Direct je persbericht verspreiden onder journalisten, social-media en zoekmachines.
Startpunt voor de verspreiding van nieuwswaardige content.
Datum: maandag 29 juli 2013
Bron: Actueel Nieuws
Fysici van de UvA hebben bepaald wat de minimale tijd is waarbinnen magnetiet elektrisch kan schakelen. Samen met een internationaal onderzoeksteam is het de wetenschappers gelukt om direct te meten dat het maar een picoseconde duurt om dit oxide te laten switchen van isolerend naar geleidend gedrag: dat is duizend keer sneller dan de beste grafeentransistoren. Deze resultaten kunnen leiden tot betere transistoren: de kleine aan/uit-schakelaars van computerchips. Zo'n innovatie is een eerste stap naar snellere, krachtigere processoren die minder stroom gebruiken. De onderzoekers publiceren hun resultaten vandaag online in het vooraanstaande tijdschrift Nature Materials.
Magnetiet (Fe[3]O[4]) komt in de natuur voor als mineraal. In het onderzoek werd het blootgesteld aan een krachtige laserpuls van zichtbaar licht. Deze lichtpuls breekt de geordende patronen waarin de elektronen vastzitten.
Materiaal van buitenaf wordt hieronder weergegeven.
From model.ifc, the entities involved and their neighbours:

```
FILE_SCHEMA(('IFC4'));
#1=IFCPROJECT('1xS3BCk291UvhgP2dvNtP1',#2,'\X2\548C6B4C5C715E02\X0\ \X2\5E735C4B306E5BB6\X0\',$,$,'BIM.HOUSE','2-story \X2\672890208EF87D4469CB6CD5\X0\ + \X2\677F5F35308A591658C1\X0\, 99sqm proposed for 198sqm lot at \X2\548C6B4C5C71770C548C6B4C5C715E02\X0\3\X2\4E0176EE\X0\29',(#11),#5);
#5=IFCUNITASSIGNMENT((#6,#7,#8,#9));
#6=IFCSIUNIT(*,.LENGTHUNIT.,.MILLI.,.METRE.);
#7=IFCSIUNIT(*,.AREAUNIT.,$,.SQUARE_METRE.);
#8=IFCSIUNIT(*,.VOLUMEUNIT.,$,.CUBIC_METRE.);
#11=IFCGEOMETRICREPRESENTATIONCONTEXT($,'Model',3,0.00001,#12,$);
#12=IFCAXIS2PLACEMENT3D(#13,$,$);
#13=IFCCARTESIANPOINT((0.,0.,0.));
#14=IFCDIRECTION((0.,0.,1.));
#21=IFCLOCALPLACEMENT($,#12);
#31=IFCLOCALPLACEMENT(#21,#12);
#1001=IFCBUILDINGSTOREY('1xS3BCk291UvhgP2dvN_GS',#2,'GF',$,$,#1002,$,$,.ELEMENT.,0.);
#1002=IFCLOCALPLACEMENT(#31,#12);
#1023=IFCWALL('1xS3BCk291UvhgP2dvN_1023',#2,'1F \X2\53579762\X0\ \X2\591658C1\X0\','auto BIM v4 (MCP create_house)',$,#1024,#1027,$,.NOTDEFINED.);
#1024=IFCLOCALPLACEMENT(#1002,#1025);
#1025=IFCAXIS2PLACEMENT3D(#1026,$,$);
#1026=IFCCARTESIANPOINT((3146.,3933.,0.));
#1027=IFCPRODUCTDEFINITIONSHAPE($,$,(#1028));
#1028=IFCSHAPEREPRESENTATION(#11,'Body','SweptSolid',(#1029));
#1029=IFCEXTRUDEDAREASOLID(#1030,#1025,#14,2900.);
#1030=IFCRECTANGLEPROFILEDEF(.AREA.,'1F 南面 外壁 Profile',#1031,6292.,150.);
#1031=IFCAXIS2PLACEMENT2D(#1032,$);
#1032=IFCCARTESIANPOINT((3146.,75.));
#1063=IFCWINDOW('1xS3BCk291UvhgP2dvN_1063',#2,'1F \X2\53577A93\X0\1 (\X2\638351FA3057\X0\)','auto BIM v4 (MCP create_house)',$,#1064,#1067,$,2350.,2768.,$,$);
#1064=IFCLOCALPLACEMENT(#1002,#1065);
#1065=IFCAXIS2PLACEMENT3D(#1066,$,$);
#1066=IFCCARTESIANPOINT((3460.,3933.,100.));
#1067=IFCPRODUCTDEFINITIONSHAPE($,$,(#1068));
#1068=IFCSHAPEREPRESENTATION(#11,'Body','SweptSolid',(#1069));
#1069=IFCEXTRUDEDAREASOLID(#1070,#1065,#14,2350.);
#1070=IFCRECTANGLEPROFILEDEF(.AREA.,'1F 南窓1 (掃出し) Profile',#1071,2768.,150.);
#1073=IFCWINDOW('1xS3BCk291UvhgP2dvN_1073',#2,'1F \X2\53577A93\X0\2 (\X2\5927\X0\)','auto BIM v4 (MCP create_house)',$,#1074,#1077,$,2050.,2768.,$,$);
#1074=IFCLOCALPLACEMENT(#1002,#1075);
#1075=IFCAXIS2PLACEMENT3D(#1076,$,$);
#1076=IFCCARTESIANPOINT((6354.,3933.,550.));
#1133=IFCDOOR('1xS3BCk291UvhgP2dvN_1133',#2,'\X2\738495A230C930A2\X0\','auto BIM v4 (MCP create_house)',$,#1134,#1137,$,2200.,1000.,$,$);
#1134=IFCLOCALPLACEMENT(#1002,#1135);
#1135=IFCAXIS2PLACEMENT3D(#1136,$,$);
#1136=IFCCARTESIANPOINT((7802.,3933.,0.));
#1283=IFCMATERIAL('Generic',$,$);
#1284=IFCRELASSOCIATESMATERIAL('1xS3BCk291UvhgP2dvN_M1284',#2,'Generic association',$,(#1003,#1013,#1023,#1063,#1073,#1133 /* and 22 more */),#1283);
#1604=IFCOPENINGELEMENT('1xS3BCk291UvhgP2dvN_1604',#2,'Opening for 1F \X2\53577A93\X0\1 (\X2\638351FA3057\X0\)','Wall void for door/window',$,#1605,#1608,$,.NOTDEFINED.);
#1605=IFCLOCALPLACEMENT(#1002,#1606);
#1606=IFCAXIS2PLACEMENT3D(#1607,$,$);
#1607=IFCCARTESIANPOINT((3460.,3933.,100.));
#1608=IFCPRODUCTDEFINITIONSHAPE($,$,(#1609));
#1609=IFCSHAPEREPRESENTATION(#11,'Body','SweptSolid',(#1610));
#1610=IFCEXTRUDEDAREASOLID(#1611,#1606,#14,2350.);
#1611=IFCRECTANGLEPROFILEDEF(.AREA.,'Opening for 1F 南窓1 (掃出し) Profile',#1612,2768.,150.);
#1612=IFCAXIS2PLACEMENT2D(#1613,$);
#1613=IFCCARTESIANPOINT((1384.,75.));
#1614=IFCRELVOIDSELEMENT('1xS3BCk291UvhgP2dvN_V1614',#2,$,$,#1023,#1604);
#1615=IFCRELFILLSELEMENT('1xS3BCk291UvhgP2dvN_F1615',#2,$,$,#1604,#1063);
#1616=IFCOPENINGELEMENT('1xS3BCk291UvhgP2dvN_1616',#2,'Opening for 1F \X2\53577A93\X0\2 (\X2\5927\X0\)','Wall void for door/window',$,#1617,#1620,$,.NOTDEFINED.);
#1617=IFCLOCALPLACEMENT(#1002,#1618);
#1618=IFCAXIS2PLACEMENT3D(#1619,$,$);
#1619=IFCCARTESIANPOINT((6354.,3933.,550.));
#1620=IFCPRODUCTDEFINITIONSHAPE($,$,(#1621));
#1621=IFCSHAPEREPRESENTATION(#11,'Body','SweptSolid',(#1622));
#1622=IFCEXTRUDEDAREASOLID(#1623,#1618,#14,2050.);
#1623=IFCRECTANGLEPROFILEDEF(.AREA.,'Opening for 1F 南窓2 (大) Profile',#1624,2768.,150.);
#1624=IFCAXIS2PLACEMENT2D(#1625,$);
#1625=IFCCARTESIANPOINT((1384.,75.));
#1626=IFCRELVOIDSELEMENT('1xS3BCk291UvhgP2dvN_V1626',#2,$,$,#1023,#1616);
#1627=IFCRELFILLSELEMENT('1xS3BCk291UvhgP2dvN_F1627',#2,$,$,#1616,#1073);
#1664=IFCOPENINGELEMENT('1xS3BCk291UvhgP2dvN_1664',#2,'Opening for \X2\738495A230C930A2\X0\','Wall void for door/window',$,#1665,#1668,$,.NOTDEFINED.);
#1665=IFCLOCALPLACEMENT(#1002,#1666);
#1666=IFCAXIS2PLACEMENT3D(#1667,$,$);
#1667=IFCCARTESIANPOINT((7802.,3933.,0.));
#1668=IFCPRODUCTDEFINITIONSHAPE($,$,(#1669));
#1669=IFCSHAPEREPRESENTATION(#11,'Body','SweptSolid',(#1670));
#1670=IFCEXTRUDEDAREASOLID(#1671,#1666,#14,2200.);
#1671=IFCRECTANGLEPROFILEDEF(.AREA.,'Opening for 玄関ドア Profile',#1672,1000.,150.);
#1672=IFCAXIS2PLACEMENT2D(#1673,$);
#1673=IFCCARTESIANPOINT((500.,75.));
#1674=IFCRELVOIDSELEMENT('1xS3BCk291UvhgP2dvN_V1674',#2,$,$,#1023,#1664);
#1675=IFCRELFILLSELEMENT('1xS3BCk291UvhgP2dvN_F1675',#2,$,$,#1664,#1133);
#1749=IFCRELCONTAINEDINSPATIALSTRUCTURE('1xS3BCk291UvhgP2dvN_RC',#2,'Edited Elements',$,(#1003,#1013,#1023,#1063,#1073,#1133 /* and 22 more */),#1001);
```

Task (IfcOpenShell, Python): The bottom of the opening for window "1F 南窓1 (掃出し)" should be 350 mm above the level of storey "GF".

```python
import numpy as np
import ifcopenshell
import ifcopenshell.api.geometry
import ifcopenshell.geom
import ifcopenshell.util.element
import ifcopenshell.util.placement
import ifcopenshell.util.shape
import ifcopenshell.util.unit

model = ifcopenshell.open("model.ifc")
unit_scale = ifcopenshell.util.unit.calculate_unit_scale(model)

window = model.by_guid("1xS3BCk291UvhgP2dvN_1063")
opening = window.FillsVoids[0].RelatingOpeningElement
storey = ifcopenshell.util.element.get_container(window, ifc_class="IfcBuildingStorey")
level = ifcopenshell.util.placement.get_local_placement(storey.ObjectPlacement)[2, 3]

# The opening's origin need not be at the sill, so measure its lowest point.
shape = ifcopenshell.geom.create_shape(ifcopenshell.geom.settings(), opening)
bottom = ifcopenshell.util.shape.get_shape_bottom_elevation(shape, shape.geometry) / unit_scale
dz = level + 0.35 / unit_scale - bottom

shift = np.array([0.0, 0.0, dz])
# The window is not placed relative to its opening, so move both.
for product in (opening, window):
    matrix = ifcopenshell.util.placement.get_local_placement(product.ObjectPlacement)
    matrix[:3, 3] += shift
    ifcopenshell.api.geometry.edit_object_placement(model, product=product, matrix=matrix, is_si=False)

print(f"moved by {dz * unit_scale:+.3f} m")

model.write("model_v2.ifc")
```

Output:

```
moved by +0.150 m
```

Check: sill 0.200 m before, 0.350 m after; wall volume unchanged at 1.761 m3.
Die breking is het startschot van een proces waardoor het magnetiet uiteindelijk geleidend wordt. Kort na die eerste stap, volgt een ultrakorte, ultraheldere puls van de Linac Coherent Light Source (LCLS) bij SLAC National Accelerator Laboratory. Met deze roentgenlaser wist het onderzoeksteam voor het eerst de tijdschalen en details van de veranderingen in het magnetiet door de oorspronkelijke laserpuls waar te nemen.
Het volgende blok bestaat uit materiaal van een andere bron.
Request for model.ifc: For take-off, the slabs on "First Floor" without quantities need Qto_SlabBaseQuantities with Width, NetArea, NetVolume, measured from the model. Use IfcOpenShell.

First a look at what the model holds.

```python
import ifcopenshell
import ifcopenshell.util.element
import ifcopenshell.util.unit

model = ifcopenshell.open("model.ifc")
print(model.schema)
for unit_type in ("LENGTHUNIT", "AREAUNIT", "VOLUMEUNIT"):
    print(unit_type, ifcopenshell.util.unit.calculate_unit_scale(model, unit_type))
storey = next(s for s in model.by_type("IfcBuildingStorey") if s.Name == "First Floor")
slabs = [e for e in ifcopenshell.util.element.get_decomposition(storey) if e.is_a("IfcSlab")]
for e in sorted(slabs, key=lambda e: e.id()):
    print(e.id(), e.is_a(), e.Name, list(ifcopenshell.util.element.get_psets(e, qtos_only=True)), sep=" | ")
```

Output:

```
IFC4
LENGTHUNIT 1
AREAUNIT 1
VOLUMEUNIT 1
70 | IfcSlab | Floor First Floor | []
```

```python
import ifcopenshell
import ifcopenshell.api.pset
import ifcopenshell.geom
import ifcopenshell.util.element
import ifcopenshell.util.shape
import ifcopenshell.util.unit

model = ifcopenshell.open("model.ifc")
unit_scale = ifcopenshell.util.unit.calculate_unit_scale(model)
area_scale = ifcopenshell.util.unit.calculate_unit_scale(model, "AREAUNIT")
volume_scale = ifcopenshell.util.unit.calculate_unit_scale(model, "VOLUMEUNIT")
settings = ifcopenshell.geom.settings()

storey = next(s for s in model.by_type("IfcBuildingStorey") if s.Name == "First Floor")
slabs = [e for e in ifcopenshell.util.element.get_decomposition(storey) if e.is_a("IfcSlab")]

for e in sorted(slabs, key=lambda e: e.id()):
    if ifcopenshell.util.element.get_psets(e, qtos_only=True, should_inherit=False):
        continue
    # Geometry comes back in metres, in the element's own axes.
    shape = ifcopenshell.geom.create_shape(settings, e)
    values = {
        "Width": ifcopenshell.util.shape.get_z(shape.geometry) / unit_scale,
        "NetArea": ifcopenshell.util.shape.get_footprint_area(shape.geometry) / area_scale,
        "NetVolume": ifcopenshell.util.shape.get_volume(shape.geometry) / volume_scale,
    }
    qto = ifcopenshell.api.pset.add_qto(model, product=e, name="Qto_SlabBaseQuantities")
    ifcopenshell.api.pset.edit_qto(model, qto=qto, properties=values)
    print(e.id(), {k: round(v, 3) for k, v in values.items()})

model.write("model_edited.ifc")
```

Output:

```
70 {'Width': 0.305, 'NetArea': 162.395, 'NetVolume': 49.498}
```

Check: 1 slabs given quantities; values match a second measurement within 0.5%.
Nederlands tintje: de Verwey-overgang
Magnetiet is het eerste metaaloxide waarin een overgang tussen geleidend en isolerend gedrag is waargenomen. Evert Verwey, de latere directeur van het Philips NatLab, was in 1939 de eerste die hierover publiceerde in vakblad Nature. Verwey studeerde wis- en natuurkunde aan de voorloper van de huidige UvA en was lange tijd lid van de bestuur van Stichting FOM. Zijn ontdekking dat de elektronen vast kunnen vriezen in een oxide zoals magnetiet, en zodanig elektrische geleiding kunnen uitschakelen, was een primeur. Daarom draagt dit proces, dat plaatsvindt bij -150 DEGC de naam Verwey-overgang.
Vries- en smeltproces
Lang is er gezocht naar het microscopische mechanisme van de Verwey-overgang: hoe de vastgevroren elektronenpatronen smelten en loskomen, zodat de bewegelijke ladingen een metaal opnieuw geleidend maken. In de nieuwe experimenten gebruikten de onderzoekers, waaronder de Amsterdamse fysici prof.dr. Hermann Duerr, prof.dr. Mark Golden en voormalig UvA-promovendus dr. Sanne de Jong, de ultrasnelle röntgenflitsen van de LCLS om het smelten van de bevroren ladingen in magnetiet te 'filmen'. Net als in een tekenfilm maakten zij snel vele snapshots van het materiaal in die eerste smeltfase.
Bliksemsnel schakelen
De isolerende toestand van magnetiet blijkt te bestaan dankzij groepjes van drie ijzeratomen in het rooster, trimerons geheten. Als er voldoende fotonen in de eerste laserpuls zitten, wordt een kwart van de trimerons ontmanteld. Dit gebeurt razendsnel: binnen een kwart van een picoseconde. Op de plekken waar het bijzondere patroon van trimerons kapot is, kunnen elektronen vrij bewegen. Wanneer dit leidt tot een netwerk van metallische filamenten die elkaar raken, schakelt het kristal tussen de 'uit' en 'aan' geleidingstoestanden. Door de LCLS-laser als razendsnelle stopwatch te gebruiken, konden de wetenschappers de Verwey-overgang nauwkeurig volgen en de snelheidslimiet voor schakelen vaststellen op een picoseconde (een miljoenste van een miljoenste van een seconde). Die limiet geldt ook voor toekomstige oxide elektronica.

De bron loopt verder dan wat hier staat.